### [DATA IN THIS EXERCISE]
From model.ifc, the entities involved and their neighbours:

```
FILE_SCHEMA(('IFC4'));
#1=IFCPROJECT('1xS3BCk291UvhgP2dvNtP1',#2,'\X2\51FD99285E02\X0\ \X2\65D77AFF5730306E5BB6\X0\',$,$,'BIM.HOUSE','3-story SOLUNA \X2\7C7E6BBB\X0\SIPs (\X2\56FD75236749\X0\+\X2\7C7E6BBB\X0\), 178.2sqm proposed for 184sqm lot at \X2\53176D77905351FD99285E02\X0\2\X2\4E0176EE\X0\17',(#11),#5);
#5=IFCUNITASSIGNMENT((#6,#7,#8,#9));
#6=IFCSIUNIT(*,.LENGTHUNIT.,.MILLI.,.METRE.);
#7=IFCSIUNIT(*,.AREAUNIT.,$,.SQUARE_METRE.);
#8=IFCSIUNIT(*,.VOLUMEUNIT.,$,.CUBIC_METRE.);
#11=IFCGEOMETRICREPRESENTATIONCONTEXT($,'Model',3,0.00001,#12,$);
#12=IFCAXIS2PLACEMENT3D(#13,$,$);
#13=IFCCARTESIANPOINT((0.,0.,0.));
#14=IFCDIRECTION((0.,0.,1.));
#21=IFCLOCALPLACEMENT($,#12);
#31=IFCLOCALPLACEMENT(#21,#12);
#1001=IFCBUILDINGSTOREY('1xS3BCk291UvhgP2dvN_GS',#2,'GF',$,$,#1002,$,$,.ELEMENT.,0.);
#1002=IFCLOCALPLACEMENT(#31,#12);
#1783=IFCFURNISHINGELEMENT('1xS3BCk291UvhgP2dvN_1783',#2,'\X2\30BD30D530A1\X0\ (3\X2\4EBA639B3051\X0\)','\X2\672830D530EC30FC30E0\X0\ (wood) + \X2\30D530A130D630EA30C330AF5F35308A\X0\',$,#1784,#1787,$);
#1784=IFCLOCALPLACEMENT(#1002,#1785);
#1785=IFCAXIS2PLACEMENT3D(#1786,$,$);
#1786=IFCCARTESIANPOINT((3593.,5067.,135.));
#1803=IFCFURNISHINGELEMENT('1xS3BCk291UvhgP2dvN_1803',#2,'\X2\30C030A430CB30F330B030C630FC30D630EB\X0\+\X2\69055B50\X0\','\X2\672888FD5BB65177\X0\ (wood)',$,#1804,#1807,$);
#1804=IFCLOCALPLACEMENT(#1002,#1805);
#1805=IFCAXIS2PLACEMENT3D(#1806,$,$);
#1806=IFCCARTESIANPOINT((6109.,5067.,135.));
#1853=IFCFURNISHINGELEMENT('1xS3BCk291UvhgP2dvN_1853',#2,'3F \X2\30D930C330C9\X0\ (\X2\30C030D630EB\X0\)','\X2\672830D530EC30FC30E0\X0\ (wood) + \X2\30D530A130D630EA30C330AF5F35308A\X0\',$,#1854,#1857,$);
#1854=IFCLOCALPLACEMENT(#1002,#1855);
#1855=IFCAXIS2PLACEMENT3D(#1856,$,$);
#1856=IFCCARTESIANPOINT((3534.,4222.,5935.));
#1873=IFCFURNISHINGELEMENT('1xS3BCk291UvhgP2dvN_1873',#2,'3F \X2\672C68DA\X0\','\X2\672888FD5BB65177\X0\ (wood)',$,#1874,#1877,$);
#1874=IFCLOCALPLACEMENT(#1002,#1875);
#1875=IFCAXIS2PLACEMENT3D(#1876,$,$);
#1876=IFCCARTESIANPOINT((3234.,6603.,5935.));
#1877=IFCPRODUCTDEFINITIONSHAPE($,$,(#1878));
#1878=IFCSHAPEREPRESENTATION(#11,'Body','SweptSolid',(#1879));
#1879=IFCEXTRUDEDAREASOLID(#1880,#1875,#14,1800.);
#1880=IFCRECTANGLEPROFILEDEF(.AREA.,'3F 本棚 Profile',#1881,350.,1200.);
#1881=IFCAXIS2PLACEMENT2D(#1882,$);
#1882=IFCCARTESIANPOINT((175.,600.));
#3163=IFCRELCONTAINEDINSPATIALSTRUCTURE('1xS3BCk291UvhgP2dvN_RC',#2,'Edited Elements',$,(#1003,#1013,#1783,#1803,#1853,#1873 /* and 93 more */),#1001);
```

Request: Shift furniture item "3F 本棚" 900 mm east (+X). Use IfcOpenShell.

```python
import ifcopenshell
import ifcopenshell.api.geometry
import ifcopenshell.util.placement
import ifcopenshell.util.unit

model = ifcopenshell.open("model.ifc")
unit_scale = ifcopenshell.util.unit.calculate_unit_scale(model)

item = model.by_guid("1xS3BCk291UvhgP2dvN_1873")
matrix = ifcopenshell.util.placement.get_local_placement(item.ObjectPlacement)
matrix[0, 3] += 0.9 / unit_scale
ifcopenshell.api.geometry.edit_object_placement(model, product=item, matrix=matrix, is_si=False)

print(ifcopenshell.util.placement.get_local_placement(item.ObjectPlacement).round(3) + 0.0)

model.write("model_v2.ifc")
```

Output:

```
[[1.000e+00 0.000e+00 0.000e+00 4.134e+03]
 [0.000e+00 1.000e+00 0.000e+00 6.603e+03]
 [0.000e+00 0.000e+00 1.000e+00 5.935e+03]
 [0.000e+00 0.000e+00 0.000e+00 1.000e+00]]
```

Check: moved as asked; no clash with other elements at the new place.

### [TASK PROMPT]
Looking at the data, how many lines hold the string "IFCLOCALPLACEMENT"? Reply with the number alone.

### [THE COMPLETED TASK]
7